Gather the lines below that include the string "IfcWindow", copying each in full.
[[ Excerpted records open ]]
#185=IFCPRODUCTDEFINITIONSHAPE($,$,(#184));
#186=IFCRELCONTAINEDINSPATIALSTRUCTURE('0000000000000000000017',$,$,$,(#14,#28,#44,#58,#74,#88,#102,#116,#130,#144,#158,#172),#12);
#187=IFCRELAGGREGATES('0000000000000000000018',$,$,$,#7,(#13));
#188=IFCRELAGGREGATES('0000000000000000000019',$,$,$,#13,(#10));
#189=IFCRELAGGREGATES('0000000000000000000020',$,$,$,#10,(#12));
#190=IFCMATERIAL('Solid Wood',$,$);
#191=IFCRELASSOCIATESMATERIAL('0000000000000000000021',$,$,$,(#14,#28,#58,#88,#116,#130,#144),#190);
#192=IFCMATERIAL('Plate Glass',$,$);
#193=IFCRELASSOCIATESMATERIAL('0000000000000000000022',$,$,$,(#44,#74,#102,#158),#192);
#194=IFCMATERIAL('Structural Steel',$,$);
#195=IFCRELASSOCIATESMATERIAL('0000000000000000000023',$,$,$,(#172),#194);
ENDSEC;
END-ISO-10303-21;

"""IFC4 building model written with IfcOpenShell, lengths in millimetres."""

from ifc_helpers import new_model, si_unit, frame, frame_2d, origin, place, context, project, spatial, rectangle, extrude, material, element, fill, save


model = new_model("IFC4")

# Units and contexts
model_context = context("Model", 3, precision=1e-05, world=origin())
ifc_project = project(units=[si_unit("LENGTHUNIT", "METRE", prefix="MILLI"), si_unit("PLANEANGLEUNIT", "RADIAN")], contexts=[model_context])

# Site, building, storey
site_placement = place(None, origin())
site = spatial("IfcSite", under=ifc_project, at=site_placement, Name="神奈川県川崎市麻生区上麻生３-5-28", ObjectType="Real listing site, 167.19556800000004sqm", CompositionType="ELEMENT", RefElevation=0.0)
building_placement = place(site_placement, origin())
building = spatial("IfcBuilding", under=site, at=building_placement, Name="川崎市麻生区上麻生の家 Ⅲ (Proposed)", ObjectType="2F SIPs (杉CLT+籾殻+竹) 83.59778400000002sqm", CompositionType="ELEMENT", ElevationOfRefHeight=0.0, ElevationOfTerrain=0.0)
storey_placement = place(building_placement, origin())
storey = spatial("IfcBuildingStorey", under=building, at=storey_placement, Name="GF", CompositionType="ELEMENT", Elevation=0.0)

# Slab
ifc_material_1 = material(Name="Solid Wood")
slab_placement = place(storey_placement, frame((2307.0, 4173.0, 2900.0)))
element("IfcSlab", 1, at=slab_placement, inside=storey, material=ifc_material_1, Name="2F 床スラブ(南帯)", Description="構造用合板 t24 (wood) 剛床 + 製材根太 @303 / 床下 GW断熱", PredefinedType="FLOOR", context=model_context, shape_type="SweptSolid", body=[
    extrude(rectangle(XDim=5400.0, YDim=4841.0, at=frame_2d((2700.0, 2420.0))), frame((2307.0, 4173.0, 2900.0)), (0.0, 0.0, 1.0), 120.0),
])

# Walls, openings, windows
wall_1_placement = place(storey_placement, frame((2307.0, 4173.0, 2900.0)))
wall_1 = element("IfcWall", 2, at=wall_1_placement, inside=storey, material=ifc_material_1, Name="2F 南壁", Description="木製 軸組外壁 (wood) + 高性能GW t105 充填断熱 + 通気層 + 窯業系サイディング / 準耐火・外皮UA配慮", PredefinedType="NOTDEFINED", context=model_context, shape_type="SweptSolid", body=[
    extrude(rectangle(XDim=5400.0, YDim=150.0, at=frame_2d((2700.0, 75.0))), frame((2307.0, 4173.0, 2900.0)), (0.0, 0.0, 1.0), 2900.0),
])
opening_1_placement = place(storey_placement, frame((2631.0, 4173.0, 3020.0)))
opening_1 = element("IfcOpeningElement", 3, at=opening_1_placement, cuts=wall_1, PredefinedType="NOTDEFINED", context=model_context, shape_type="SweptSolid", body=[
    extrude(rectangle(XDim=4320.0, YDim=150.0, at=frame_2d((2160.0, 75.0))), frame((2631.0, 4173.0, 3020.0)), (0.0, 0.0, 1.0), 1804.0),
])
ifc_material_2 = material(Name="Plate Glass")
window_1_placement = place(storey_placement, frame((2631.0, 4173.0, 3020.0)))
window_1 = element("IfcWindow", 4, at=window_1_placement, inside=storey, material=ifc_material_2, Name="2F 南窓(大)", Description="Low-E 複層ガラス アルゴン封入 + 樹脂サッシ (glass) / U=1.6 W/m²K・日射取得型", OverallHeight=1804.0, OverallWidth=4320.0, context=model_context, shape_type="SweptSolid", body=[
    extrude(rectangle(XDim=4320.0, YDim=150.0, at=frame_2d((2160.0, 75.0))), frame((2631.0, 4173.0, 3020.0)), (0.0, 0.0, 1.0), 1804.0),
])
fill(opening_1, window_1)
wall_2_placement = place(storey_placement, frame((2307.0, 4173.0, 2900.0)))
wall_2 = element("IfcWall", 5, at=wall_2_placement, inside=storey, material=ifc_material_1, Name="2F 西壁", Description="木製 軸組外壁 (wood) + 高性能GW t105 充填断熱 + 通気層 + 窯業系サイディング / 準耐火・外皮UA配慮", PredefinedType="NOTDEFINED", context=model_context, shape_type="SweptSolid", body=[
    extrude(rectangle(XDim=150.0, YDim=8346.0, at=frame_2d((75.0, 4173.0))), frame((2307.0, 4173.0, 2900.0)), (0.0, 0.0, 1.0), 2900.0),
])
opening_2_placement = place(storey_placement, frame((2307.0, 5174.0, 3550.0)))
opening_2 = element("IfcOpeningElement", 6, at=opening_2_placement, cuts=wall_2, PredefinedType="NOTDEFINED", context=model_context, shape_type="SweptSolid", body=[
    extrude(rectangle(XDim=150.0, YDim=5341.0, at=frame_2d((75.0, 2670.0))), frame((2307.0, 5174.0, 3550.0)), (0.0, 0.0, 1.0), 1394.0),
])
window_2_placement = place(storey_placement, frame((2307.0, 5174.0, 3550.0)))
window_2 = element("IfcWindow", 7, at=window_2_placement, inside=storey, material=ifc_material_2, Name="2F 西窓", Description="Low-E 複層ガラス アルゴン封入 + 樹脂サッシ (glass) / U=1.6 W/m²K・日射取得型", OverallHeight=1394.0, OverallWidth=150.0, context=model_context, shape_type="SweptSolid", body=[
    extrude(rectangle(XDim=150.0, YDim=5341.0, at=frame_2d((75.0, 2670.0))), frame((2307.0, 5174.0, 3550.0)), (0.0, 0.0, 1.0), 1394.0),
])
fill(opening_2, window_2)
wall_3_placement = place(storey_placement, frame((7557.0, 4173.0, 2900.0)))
[[ Excerpted records closed ]]
Answer
window_1 = element("IfcWindow", 4, at=window_1_placement, inside=storey, material=ifc_material_2, Name="2F 南窓(大)", Description="Low-E 複層ガラス アルゴン封入 + 樹脂サッシ (glass) / U=1.6 W/m²K・日射取得型", OverallHeight=1804.0, OverallWidth=4320.0, context=model_context, shape_type="SweptSolid", body=[
window_2 = element("IfcWindow", 7, at=window_2_placement, inside=storey, material=ifc_material_2, Name="2F 西窓", Description="Low-E 複層ガラス アルゴン封入 + 樹脂サッシ (glass) / U=1.6 W/m²K・日射取得型", OverallHeight=1394.0, OverallWidth=150.0, context=model_context, shape_type="SweptSolid", body=[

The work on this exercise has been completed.